A compliation of data for the molar volumes and expansivities of the elements is also in preparation.
General database development
NPL manages the main Solution Database on behalf of SGTE.
Over the last thirty years or so the availability of exerimental equipment to measure thermodynamic properties and the number of people to use such equipment have declined dramatically. This period has also seen a dramatic increase in the speed and power of computers, and the development of quantum mechanical software to undertake ab-initio calculations. This means that, in principle, the gaps left from the reduction in experimental capability can start to be filled. NPL is currently involved in attempting to validate these techniques against the best available experimental and critically assessed thermodynamic data for gaseous and condensed phases. NPL is aiming to work with existing users of such software and software developers to identify and understand any glaring discrepancies.
Software for the calculation of thermodynamic properties of gas phase species from molecular constants, although used widely in developing data for standard publications such as JANAF and TCRAS, are not readily available. NPL is developing such software and has just released a free standalone version for sympathetic use. In the future this capability will be include within MTDATA Studio. Please click here for screenshots of the software and further information.
Thermophysical and thermodynamic properties of Ni base superalloys
NPL is currently involved in various projects which require the development of a thermodynamic database for Ni base superalloys. The main vehicle for this is in support of the development of a capability at NPL to measure accurately temperatures and enthalpies of transitions for high temperature materials using a single pan technique. The database development also supports a Technology Strategy Board project "Improved Modelling of Material Properties for Advanced Power Plant" which has the ultimate aim of developing new improved materials and increase the utilisation of power plant through a better understanding of degradation mechanisms. This will be achieved through integration of various material modelling techniques from nano scale through to macro scale. This work also feeds into the IMPRESS European FP6 project concerned with the development of new intermetallic alloys for industrial applications such as gas turbine blades and hydrogen fuel cells.
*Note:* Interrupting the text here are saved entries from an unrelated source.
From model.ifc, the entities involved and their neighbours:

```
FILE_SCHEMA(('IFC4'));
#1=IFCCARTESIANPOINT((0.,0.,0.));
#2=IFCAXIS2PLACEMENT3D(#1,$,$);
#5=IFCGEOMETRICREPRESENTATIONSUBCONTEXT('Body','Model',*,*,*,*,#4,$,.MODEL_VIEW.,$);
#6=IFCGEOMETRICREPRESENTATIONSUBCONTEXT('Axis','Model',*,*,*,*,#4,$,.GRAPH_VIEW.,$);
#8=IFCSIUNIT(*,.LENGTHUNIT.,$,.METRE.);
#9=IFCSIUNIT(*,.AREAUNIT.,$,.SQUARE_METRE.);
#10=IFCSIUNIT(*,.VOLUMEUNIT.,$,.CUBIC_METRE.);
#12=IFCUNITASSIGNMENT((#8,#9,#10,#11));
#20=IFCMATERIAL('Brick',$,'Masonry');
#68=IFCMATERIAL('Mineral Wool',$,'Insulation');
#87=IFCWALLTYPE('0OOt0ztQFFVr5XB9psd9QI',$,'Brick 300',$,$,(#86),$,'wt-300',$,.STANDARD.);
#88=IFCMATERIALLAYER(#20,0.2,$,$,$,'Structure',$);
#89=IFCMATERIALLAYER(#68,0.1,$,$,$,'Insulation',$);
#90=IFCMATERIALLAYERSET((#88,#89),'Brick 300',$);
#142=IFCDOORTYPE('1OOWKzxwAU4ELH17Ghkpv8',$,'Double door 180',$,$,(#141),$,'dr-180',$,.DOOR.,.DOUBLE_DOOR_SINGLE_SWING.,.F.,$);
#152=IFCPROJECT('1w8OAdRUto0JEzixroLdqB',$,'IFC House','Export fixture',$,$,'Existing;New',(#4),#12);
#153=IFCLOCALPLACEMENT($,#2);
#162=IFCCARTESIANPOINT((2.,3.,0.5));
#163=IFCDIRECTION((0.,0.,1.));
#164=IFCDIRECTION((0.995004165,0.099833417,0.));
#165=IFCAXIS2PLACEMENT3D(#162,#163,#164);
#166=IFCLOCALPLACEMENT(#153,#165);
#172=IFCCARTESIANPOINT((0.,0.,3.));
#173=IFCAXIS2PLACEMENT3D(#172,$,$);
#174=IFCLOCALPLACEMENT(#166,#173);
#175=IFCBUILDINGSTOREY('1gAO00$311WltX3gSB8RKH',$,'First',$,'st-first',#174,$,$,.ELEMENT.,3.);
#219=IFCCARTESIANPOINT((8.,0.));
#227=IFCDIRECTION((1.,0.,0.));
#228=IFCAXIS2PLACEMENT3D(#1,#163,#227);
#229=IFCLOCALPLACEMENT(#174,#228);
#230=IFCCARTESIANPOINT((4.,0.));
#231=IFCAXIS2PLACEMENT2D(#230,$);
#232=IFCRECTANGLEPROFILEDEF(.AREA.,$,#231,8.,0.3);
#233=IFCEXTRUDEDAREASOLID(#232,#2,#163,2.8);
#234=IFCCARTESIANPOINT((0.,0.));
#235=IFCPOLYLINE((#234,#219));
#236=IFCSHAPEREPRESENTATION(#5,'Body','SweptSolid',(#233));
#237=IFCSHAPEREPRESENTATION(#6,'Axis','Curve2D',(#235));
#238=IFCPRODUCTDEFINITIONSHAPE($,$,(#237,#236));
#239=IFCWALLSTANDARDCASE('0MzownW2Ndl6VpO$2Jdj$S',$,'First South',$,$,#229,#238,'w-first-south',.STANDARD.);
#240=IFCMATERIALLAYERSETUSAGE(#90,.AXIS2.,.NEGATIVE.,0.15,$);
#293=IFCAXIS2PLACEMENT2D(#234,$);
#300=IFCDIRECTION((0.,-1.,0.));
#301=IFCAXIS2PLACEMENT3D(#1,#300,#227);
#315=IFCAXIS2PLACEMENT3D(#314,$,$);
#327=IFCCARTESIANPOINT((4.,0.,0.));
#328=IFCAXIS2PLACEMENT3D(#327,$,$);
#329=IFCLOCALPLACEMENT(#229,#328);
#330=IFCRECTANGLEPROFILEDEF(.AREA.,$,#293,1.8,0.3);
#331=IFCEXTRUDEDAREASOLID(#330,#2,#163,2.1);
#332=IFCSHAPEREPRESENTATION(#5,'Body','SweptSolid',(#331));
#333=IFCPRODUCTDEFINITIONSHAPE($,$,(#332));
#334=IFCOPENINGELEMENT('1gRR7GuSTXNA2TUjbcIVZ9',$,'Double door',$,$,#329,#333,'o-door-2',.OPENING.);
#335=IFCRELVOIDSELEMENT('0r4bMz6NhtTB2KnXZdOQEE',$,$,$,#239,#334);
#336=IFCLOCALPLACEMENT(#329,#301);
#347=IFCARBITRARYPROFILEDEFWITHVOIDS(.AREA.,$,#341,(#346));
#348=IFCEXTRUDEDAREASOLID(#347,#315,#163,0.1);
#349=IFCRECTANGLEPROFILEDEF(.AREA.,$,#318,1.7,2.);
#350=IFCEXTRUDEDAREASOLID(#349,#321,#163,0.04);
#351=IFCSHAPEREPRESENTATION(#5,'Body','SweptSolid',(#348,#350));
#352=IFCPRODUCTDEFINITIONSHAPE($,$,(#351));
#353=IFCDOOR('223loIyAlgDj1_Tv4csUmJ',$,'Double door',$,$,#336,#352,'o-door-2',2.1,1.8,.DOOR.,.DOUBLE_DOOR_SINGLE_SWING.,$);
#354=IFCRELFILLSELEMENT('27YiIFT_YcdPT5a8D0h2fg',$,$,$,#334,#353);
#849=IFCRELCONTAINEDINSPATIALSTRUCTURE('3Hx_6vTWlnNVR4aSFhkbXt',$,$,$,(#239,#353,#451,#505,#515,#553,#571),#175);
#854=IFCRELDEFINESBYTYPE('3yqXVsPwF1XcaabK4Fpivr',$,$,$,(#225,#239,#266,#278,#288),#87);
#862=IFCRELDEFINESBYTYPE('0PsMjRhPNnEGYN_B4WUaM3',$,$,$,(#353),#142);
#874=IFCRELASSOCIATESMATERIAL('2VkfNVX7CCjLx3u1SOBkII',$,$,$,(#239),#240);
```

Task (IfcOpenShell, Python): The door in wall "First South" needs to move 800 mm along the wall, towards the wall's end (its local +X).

```python
import ifcopenshell
import ifcopenshell.api.geometry
import ifcopenshell.util.placement

model = ifcopenshell.open("model.ifc")

door = model.by_guid("223loIyAlgDj1_Tv4csUmJ")
opening = door.FillsVoids[0].RelatingOpeningElement
wall = opening.VoidsElements[0].RelatingBuildingElement

wall_matrix = ifcopenshell.util.placement.get_local_placement(wall.ObjectPlacement)
shift = wall_matrix[:3, 0] * 0.8
before = ifcopenshell.util.placement.get_local_placement(door.ObjectPlacement)[:3, 3].copy()

# The door is placed relative to its opening, so it follows when the opening moves.
matrix = ifcopenshell.util.placement.get_local_placement(opening.ObjectPlacement)
matrix[:3, 3] += shift
ifcopenshell.api.geometry.edit_object_placement(
    model, product=opening, matrix=matrix, is_si=False, should_transform_children=True
)

after = ifcopenshell.util.placement.get_local_placement(door.ObjectPlacement)[:3, 3]
print("door moved by", (after - before).round(3) + 0.0)

model.write("model-out.ifc")
```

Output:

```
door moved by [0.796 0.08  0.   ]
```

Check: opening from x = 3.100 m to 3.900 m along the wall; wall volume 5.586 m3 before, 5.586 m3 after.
Ultimately the thermodynamic database will be available commercially in conjunction with MTDATA and the Virtual Measurement System.
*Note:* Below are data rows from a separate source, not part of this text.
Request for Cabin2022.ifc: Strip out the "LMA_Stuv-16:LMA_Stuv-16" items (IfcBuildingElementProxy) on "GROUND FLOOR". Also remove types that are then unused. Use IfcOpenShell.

First a look at what the model holds.

```python
import ifcopenshell
import ifcopenshell.util.element

model = ifcopenshell.open("Cabin2022.ifc")
print(model.schema)
storey = next(s for s in model.by_type("IfcBuildingStorey") if s.Name == "GROUND FLOOR")
proxies = [e for e in ifcopenshell.util.element.get_decomposition(storey) if e.is_a("IfcBuildingElementProxy")]
seen = {}
for e in proxies:
    element_type = ifcopenshell.util.element.get_type(e)
    name = element_type.Name if element_type not in (None, e) else None
    seen[name] = seen.get(name, 0) + 1
for name, count in sorted(seen.items(), key=str):
    print(count, "x", name)
```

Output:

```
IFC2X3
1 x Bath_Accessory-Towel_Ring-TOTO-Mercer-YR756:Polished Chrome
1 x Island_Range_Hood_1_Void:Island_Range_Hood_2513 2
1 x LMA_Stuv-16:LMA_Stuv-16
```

```python
import ifcopenshell
import ifcopenshell.api.root
import ifcopenshell.util.element

model = ifcopenshell.open("Cabin2022.ifc")

storey = next(s for s in model.by_type("IfcBuildingStorey") if s.Name == "GROUND FLOOR")
proxies = [e for e in ifcopenshell.util.element.get_decomposition(storey) if e.is_a("IfcBuildingElementProxy")]
targets = [e for e in proxies if (t := ifcopenshell.util.element.get_type(e)) not in (None, e) and t.Name == "LMA_Stuv-16:LMA_Stuv-16"]
types = {ifcopenshell.util.element.get_type(e) for e in targets} - {None, *targets}

for e in targets:
    ifcopenshell.api.root.remove_product(model, product=e)
print(len(targets), "removed")

unused = [t for t in types if not ifcopenshell.util.element.get_types(t)]
for t in unused:
    ifcopenshell.api.root.remove_product(model, product=t)
print(len(unused), "unused types removed")

model.write("Cabin2022_updated.ifc")
```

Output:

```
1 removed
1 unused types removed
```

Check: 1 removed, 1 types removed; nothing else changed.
Thermophysical and thermodynamic properties of Mg alloys
In support of a related project on measuring thermophysical properties for lightweight alloys, NPL is also developing a thermodynamic database for Mg alloys.
Computational Fluid Dynamics
NPL is currently investigating methods of linking software for the calculation of materials chemistry (such as MTDATA) to third party CFD (Computational Fluid Dynamics) packages in order to study systems where there are significant temperature and concentration gradients.
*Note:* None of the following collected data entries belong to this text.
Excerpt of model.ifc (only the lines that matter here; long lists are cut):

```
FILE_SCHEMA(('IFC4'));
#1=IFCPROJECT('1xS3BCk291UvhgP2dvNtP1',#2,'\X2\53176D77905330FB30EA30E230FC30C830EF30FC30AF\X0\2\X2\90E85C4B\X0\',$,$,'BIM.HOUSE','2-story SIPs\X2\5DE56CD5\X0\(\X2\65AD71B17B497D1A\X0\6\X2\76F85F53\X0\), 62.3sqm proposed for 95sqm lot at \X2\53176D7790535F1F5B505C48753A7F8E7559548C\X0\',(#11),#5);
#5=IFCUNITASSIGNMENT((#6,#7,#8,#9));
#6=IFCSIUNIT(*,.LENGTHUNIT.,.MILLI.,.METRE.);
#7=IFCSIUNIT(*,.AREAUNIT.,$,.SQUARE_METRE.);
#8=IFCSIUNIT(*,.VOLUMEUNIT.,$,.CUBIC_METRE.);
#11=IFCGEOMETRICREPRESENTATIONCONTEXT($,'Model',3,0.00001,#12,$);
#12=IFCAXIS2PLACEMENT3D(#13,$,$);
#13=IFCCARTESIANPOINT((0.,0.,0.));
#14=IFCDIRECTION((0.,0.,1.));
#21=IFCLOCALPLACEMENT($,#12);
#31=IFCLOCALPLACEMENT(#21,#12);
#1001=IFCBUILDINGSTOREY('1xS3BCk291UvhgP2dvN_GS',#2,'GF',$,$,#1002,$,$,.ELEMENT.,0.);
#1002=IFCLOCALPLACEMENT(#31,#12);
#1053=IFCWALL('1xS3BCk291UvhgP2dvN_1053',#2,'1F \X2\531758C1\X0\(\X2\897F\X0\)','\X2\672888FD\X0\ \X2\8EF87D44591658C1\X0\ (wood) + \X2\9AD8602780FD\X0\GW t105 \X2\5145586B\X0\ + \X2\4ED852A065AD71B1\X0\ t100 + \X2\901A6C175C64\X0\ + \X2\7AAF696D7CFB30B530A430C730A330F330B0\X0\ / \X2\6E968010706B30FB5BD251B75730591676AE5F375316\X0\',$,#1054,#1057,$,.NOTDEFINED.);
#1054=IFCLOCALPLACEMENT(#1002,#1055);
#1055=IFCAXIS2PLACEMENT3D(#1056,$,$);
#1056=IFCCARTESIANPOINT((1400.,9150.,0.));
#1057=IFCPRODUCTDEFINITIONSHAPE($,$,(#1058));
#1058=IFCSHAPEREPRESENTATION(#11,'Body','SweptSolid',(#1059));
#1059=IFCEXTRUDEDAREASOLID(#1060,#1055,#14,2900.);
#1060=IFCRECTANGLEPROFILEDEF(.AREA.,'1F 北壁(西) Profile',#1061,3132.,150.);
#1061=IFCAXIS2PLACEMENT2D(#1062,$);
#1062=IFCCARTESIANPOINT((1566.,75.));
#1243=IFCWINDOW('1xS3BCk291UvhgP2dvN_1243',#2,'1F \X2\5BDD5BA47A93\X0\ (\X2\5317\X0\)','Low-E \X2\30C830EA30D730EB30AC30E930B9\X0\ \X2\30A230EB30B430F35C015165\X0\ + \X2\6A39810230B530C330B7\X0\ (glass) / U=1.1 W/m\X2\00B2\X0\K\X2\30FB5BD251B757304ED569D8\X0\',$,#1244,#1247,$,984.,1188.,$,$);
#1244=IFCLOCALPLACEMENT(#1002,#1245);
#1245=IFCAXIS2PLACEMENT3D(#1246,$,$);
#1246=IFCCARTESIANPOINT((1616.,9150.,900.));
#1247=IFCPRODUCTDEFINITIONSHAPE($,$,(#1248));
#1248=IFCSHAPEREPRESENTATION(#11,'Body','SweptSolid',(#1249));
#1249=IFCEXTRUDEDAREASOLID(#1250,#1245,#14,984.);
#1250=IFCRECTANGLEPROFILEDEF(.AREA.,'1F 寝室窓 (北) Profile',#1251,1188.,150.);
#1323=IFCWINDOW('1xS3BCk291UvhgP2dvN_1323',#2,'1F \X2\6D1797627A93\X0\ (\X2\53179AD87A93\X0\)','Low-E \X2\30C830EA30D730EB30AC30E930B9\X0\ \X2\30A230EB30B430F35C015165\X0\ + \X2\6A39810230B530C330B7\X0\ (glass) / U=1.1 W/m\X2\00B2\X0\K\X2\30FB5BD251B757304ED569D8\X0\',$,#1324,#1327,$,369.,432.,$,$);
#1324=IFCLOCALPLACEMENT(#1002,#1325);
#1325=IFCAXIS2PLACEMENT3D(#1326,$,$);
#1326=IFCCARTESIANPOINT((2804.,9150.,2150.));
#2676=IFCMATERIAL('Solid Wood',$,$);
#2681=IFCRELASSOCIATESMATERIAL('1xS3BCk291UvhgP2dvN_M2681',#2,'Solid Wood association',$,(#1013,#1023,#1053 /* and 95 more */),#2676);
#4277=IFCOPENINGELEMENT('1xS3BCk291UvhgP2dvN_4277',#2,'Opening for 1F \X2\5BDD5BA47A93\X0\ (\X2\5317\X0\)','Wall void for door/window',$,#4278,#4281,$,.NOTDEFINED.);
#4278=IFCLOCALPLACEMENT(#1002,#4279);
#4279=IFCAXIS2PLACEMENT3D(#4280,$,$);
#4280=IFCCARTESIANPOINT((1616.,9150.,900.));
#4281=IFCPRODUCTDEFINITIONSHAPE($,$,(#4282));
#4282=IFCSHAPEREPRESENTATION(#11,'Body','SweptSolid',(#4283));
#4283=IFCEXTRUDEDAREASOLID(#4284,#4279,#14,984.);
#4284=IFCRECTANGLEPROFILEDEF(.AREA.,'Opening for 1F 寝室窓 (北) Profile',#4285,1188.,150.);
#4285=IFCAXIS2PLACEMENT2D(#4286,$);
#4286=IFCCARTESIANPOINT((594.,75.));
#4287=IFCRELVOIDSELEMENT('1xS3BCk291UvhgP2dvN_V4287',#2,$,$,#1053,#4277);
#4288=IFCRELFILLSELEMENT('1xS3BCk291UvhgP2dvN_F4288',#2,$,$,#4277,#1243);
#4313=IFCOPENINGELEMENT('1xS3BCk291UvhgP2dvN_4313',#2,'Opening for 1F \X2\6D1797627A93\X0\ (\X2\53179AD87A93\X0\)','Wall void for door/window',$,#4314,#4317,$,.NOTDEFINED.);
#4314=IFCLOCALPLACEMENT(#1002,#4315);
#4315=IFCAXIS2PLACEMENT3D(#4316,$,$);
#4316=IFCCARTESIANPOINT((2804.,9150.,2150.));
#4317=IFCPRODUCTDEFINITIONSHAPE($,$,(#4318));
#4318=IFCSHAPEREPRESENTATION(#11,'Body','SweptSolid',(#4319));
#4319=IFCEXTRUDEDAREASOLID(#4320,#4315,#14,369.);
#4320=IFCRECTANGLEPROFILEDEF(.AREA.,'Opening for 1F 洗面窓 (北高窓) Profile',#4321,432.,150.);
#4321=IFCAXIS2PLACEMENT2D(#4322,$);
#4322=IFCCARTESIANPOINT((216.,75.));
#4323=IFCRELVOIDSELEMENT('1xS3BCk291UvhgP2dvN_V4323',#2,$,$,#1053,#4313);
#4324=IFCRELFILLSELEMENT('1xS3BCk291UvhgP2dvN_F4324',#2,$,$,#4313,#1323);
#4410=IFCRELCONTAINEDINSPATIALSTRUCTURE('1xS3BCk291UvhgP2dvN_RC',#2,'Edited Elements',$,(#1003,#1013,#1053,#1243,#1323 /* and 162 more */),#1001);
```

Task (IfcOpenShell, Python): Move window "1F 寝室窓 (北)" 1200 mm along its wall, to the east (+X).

```python
import ifcopenshell
import ifcopenshell.api.geometry
import ifcopenshell.util.placement
import ifcopenshell.util.unit

model = ifcopenshell.open("model.ifc")
unit_scale = ifcopenshell.util.unit.calculate_unit_scale(model)

window = model.by_guid("1xS3BCk291UvhgP2dvN_1243")
opening = window.FillsVoids[0].RelatingOpeningElement
wall = opening.VoidsElements[0].RelatingBuildingElement

wall_matrix = ifcopenshell.util.placement.get_local_placement(wall.ObjectPlacement)
shift = wall_matrix[:3, 0] * 1.2 / unit_scale
before = ifcopenshell.util.placement.get_local_placement(window.ObjectPlacement)[:3, 3].copy()

# The window is not placed relative to its opening, so move both.
for product in (opening, window):
    matrix = ifcopenshell.util.placement.get_local_placement(product.ObjectPlacement)
    matrix[:3, 3] += shift
    ifcopenshell.api.geometry.edit_object_placement(model, product=product, matrix=matrix, is_si=False)

after = ifcopenshell.util.placement.get_local_placement(window.ObjectPlacement)[:3, 3]
print("window moved by", (after - before).round(3) + 0.0)

model.write("model_v2.ifc")
```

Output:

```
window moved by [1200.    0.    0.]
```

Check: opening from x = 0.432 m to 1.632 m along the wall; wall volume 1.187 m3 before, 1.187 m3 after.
Molecular Dynamics, in principle, provides a mechanism for calculating thermodynamic properties from force field data. NPL is looking into methods where this could be applicable in order to provide data where experimental data are lacking or difficult to obtain eg developing equations of state for real gases or measurement of the enthalpies of mixing in ionic melts.
NPL is currently involved in linking MTDATA to another NPL software package Thermol 3D to provide a powerful system of capable of modelling transient heat transfer.